### Material for the task
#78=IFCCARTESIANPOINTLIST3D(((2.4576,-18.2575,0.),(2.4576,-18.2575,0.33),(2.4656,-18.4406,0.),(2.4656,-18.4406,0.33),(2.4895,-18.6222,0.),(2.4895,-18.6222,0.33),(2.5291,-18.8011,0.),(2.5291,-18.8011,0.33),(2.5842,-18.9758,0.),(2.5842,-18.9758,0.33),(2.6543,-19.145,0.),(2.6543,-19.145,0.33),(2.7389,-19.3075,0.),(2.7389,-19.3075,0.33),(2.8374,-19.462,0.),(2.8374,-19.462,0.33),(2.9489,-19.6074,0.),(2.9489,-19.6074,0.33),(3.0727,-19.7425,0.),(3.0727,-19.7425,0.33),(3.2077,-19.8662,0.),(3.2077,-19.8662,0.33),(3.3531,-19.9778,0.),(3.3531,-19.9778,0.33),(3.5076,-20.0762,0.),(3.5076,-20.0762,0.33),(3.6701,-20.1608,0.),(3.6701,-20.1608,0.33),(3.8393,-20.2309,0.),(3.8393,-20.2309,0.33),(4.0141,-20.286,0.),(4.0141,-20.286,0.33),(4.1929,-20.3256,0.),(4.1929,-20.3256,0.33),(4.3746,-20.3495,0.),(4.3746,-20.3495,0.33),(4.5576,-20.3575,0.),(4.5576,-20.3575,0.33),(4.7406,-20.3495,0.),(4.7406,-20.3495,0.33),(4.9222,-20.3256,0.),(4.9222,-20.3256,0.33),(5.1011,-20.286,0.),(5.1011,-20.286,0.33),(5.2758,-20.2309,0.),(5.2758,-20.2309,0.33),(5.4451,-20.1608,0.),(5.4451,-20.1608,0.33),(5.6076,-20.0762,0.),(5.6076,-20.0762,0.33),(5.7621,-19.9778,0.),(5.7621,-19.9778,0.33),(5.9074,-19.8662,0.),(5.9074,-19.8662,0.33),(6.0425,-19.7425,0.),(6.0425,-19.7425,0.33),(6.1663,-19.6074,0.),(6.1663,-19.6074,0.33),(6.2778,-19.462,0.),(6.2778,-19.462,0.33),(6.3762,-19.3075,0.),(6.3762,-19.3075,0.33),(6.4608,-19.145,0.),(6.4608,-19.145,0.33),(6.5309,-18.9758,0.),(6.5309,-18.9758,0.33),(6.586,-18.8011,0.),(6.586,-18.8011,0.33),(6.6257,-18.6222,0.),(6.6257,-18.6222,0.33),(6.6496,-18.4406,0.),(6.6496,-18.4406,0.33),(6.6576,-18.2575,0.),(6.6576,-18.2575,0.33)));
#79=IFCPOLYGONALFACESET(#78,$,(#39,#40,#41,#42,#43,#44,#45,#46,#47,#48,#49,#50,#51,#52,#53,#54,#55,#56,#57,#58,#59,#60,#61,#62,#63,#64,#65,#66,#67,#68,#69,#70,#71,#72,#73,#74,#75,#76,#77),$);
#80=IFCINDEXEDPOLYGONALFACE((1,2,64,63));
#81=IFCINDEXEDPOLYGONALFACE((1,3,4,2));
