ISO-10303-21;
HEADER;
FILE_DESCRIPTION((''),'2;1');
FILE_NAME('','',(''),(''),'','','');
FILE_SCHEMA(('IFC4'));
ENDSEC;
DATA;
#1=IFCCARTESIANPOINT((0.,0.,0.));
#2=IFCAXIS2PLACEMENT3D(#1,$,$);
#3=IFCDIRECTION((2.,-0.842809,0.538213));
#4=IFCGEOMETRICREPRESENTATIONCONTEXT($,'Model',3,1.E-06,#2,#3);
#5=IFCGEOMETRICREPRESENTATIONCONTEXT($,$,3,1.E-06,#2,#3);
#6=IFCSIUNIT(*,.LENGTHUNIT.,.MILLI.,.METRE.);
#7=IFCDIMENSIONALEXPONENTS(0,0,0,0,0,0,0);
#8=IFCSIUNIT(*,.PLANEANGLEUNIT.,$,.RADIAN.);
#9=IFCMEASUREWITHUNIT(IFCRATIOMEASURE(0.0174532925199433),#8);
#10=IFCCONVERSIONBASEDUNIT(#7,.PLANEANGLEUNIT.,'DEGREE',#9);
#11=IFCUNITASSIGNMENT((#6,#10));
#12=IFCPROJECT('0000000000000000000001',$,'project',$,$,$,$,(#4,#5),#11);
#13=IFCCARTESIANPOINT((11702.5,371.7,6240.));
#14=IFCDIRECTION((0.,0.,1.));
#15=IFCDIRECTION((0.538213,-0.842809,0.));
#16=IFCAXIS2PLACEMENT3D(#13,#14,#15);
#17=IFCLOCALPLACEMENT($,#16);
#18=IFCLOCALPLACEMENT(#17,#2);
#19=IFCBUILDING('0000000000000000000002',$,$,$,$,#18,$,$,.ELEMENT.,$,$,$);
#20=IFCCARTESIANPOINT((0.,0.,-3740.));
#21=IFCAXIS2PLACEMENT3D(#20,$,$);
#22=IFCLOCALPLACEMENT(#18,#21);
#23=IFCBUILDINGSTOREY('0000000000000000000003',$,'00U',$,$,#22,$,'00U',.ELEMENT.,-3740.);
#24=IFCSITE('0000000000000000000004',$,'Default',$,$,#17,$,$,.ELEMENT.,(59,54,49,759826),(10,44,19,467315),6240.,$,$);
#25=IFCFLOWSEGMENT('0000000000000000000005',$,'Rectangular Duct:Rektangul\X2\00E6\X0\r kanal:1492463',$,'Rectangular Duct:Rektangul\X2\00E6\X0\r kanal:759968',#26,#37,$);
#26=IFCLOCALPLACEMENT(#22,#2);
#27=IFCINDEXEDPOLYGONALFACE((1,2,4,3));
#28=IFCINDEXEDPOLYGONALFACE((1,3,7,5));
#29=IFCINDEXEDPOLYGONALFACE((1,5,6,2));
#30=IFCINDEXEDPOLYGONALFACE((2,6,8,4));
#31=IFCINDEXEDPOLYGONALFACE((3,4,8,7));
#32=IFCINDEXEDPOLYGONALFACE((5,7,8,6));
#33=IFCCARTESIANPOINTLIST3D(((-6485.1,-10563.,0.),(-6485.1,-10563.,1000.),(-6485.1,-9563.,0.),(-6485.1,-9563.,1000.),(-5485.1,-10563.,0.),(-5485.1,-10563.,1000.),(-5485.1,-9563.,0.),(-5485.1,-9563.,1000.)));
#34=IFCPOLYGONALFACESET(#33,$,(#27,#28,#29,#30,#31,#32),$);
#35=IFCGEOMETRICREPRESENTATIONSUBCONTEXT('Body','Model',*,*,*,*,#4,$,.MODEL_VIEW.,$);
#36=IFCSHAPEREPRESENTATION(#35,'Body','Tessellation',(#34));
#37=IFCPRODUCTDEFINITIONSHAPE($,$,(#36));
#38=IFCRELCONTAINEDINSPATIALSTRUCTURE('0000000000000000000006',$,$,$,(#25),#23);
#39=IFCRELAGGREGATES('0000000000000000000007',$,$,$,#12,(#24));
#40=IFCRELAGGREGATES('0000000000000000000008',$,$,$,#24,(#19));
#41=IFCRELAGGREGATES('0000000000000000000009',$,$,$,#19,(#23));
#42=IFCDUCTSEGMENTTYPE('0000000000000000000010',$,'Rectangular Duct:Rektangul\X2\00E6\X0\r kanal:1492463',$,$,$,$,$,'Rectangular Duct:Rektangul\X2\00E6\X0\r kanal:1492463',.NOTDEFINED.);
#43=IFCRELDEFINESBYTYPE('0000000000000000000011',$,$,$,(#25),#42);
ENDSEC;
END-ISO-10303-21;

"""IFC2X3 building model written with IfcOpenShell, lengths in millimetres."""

from ifc_helpers import new_model, entity, si_unit, converted_unit, direction, frame, frame_2d, origin, place, context, subcontext, project, spatial, rectangle, extrude, type_object, element, save


model = new_model("IFC2X3")

# Units and contexts
model_context = context("Model", 3, precision=1e-06, world=origin(), true_north=direction((2.0, -0.842809, 0.538213)))
context_of_model = context(None, 3, precision=1e-06, world=origin(), true_north=direction((2.0, -0.842809, 0.538213)))
body_context = subcontext(model_context, "Body", "Model", "MODEL_VIEW")
ifc_project = project(units=[si_unit("LENGTHUNIT", "METRE", prefix="MILLI"), converted_unit("PLANEANGLEUNIT", "DEGREE", entity("IfcRatioMeasure", 0.0174532925199433), si_unit("PLANEANGLEUNIT", "RADIAN"), dimensions=[0, 0, 0, 0, 0, 0, 0])], contexts=[model_context, context_of_model])

# Site, building, storey
site_placement = place(None, frame((11702.5, 371.7, 6240.0), z_axis=(0.0, 0.0, 1.0), x_axis=(0.538213, -0.842809, 0.0)))
site = spatial("IfcSite", under=ifc_project, at=site_placement, Name="Default", CompositionType="ELEMENT", RefLatitude=(59, 54, 49, 759826), RefLongitude=(10, 44, 19, 467315), RefElevation=6240.0)
building_placement = place(site_placement, origin())
building = spatial("IfcBuilding", under=site, at=building_placement, CompositionType="ELEMENT")
storey_placement = place(building_placement, frame((0.0, 0.0, -3740.0)))
storey = spatial("IfcBuildingStorey", under=building, at=storey_placement, Name="00U", LongName="00U", CompositionType="ELEMENT", Elevation=-3740.0)

# Flow segment
duct_segment_type = type_object("IfcDuctSegmentType", Name="Rectangular Duct:Rektangulær kanal:1492463", ElementType="Rectangular Duct:Rektangulær kanal:1492463", PredefinedType="NOTDEFINED")
flow_segment_placement = place(storey_placement, origin())
element("IfcFlowSegment", 1, at=flow_segment_placement, inside=storey, type_object=duct_segment_type, Name="Rectangular Duct:Rektangulær kanal:1492463", ObjectType="Rectangular Duct:Rektangulær kanal:759968", context=body_context, shape_type="SweptSolid", body=[
    extrude(rectangle(XDim=1000.0, YDim=1000.0, at=frame_2d((0.0, 0.0), x_axis=(1.0, 0.0))), frame((-5985.1, -10063.0, 0.0), z_axis=(0.0, 0.0, 1.0), x_axis=(0.0, -1.0, 0.0)), (0.0, 0.0, 1.0), 1000.0),
])

save(model, "model.ifc")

### Prompt
Only the lines above starting with the one with "FILE_SCHEMA(('IFC4'));" and going through the one with "#8=IFCSIUNIT(*,.PLANEANGLEUNIT.,$,.RADIAN.);" are to be copied, word for word and with both ends kept.

### Solution to the problem
FILE_SCHEMA(('IFC4'));
ENDSEC;
DATA;
#1=IFCCARTESIANPOINT((0.,0.,0.));
#2=IFCAXIS2PLACEMENT3D(#1,$,$);
#3=IFCDIRECTION((2.,-0.842809,0.538213));
#4=IFCGEOMETRICREPRESENTATIONCONTEXT($,'Model',3,1.E-06,#2,#3);
#5=IFCGEOMETRICREPRESENTATIONCONTEXT($,$,3,1.E-06,#2,#3);
#6=IFCSIUNIT(*,.LENGTHUNIT.,.MILLI.,.METRE.);
#7=IFCDIMENSIONALEXPONENTS(0,0,0,0,0,0,0);
#8=IFCSIUNIT(*,.PLANEANGLEUNIT.,$,.RADIAN.);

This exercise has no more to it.